Offsets can be stored within Kafka itself, typically in a special internal topic, or externally, depending on the application’s design. Proper offset management is critical for ensuring that messages are neither lost nor processed more than once.

Pull-Based Message Consumption

Kafka uses a pull model for delivering messages to consumers. Unlike push-based systems, where the server sends data as soon as it is available, Kafka consumers request batches of messages from brokers when they are ready to process them.

This pull-based approach gives consumers control over the rate of message consumption, allowing them to handle backpressure effectively.
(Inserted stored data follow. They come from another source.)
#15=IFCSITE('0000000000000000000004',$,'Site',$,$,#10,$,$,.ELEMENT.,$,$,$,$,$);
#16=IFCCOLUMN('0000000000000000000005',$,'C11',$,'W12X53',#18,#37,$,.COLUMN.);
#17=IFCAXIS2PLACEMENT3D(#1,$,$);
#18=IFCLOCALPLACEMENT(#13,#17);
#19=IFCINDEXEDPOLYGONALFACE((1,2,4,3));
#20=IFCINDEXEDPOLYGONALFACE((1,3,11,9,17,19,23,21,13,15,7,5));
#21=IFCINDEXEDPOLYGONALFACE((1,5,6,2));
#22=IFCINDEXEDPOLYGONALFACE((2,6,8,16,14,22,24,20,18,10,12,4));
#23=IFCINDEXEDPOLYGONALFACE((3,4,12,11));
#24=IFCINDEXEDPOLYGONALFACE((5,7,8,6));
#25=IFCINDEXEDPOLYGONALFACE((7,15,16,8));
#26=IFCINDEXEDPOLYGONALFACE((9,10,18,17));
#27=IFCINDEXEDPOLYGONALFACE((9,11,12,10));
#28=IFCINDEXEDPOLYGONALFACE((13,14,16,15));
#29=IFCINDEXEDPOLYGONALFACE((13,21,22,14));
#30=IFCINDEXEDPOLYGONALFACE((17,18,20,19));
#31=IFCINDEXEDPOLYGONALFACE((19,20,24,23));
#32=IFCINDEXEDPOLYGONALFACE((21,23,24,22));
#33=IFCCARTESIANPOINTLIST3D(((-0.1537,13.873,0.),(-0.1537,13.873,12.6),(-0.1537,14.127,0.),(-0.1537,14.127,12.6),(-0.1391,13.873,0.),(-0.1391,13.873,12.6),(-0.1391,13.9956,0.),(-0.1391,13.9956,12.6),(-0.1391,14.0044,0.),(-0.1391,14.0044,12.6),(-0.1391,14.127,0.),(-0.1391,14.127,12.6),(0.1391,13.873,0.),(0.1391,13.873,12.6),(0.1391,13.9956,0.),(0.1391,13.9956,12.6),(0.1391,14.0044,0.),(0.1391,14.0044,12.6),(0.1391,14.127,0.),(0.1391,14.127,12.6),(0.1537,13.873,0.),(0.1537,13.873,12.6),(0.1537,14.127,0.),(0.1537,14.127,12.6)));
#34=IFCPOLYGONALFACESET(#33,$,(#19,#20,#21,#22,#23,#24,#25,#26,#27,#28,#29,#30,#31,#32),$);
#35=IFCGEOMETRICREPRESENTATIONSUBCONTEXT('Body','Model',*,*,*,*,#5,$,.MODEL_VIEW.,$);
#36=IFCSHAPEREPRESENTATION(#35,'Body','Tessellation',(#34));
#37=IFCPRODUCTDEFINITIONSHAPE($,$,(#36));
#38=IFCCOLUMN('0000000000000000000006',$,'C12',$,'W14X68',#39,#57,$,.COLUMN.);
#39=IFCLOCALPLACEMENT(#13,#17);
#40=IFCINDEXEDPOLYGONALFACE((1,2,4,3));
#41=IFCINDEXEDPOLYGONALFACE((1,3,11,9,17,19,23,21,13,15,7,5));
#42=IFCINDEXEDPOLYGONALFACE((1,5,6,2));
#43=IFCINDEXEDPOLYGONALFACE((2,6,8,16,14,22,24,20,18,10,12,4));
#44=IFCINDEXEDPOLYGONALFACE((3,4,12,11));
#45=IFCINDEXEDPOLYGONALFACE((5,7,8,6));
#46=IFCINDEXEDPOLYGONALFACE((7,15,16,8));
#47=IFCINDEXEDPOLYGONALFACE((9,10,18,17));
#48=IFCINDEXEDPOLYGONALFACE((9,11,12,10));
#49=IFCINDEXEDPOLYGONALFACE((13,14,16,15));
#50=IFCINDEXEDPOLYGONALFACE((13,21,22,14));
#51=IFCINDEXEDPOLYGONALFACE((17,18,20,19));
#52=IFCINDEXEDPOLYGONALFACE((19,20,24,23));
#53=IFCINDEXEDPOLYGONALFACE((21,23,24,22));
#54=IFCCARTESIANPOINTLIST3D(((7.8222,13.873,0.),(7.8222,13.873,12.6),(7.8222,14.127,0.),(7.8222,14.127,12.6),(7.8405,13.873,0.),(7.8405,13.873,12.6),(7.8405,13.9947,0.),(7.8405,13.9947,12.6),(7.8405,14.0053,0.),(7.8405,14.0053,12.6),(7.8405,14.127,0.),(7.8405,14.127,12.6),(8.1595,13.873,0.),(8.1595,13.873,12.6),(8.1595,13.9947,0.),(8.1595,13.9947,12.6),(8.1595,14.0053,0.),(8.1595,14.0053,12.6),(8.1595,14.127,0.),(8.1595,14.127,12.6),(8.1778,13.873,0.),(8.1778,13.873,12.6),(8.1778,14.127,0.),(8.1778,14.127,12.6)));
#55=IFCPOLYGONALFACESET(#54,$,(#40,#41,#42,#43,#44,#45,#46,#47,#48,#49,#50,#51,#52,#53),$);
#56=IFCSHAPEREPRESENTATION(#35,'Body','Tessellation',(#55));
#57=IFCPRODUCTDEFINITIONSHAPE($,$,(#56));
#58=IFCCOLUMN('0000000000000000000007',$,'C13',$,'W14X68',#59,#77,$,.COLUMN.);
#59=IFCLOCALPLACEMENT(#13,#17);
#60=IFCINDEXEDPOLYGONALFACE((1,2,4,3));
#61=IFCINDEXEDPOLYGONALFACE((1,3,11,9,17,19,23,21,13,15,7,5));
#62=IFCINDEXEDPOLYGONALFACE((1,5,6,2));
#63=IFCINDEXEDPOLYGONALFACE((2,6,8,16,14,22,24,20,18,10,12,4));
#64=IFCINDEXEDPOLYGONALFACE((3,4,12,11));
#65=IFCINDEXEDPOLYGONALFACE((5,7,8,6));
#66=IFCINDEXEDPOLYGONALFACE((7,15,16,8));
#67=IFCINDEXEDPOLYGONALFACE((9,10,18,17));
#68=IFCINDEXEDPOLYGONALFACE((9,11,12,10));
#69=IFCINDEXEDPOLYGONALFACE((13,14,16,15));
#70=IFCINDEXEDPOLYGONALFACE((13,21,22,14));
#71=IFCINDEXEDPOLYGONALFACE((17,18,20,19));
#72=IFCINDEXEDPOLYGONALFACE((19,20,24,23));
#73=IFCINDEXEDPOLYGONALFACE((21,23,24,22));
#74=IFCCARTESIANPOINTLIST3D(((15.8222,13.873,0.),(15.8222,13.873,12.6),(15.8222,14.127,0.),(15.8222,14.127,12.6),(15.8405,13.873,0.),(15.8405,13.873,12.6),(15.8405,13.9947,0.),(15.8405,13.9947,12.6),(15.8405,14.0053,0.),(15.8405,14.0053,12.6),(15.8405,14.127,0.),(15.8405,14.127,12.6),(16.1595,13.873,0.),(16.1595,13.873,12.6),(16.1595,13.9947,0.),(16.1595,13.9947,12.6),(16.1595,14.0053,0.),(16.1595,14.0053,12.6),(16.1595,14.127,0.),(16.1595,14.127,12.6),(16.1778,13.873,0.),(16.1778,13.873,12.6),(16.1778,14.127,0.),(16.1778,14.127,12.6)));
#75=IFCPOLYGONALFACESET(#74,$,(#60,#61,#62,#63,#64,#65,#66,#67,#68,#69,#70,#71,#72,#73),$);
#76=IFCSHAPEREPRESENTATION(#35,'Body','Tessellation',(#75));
If a consumer is slow or busy, it can delay fetching new messages, preventing overload.

Consumers fetch messages in batches, which improves throughput by reducing the number of network requests. Kafka also allows consumers to specify parameters such as batch size and fetch timeouts to fine-tune performance.

Exactly-Once Processing and Transactions

Kafka supports exactly-once processing semantics when used with Kafka Streams or with transactional producers and consumers. This capability ensures that each message is processed once and only once, even in the presence of failures or retries.

Transactional messaging in Kafka involves grouping multiple writes and reads into atomic operations. For example, a producer can write messages to multiple topics within a single transaction, guaranteeing that all writes either succeed or fail together.

Consumers can participate in transactions to commit offsets only if the processing of messages is successful. This coordination prevents data loss and duplication, which is critical for financial applications, event sourcing, and other sensitive use cases.

Consumer Configurations and Optimization

Kafka consumers provide various configuration options to optimize consumption based on the application’s needs. These options include settings for fetch sizes, timeouts, retry policies, and deserialization.

Consumers can also implement custom logic for error handling, message filtering, and processing guarantees. This flexibility allows Kafka to support diverse workloads, from high-throughput event processing to complex stream transformations.

Through this rich set of features and a robust consumption model, Kafka enables efficient and reliable processing of real-time data streams at scale.

Final Thoughts 

Kafka is a groundbreaking platform that has transformed how organizations handle real-time data streaming and processing. Its distributed, scalable, and fault-tolerant architecture allows it to manage massive volumes of data with high throughput and low latency, making it suitable for modern data-driven applications.

By breaking down data streams into topics and partitions, and by leveraging brokers to distribute and replicate data, Kafka achieves a balance between performance and reliability. Producers and consumers play distinct roles that enable flexible, efficient data ingestion and processing workflows, while Kafka’s protocol ensures smooth communication between all components.

Kafka’s design to retain messages for configurable periods rather than deleting them immediately after consumption opens up possibilities for complex use cases like event replay, auditing, and multiple parallel consumers operating independently.

The concept of consumer groups, offset management, and transactional processing ensures that Kafka can provide exactly-once semantics and strong guarantees, which are essential for critical business applications.

In summary, Kafka is more than just a messaging system; it is a powerful streaming platform that supports real-time analytics, event sourcing, and seamless data integration across diverse systems. Its robust architecture and flexible features make it a key component in the infrastructure of many modern enterprises aiming to harness the power of continuous data streams.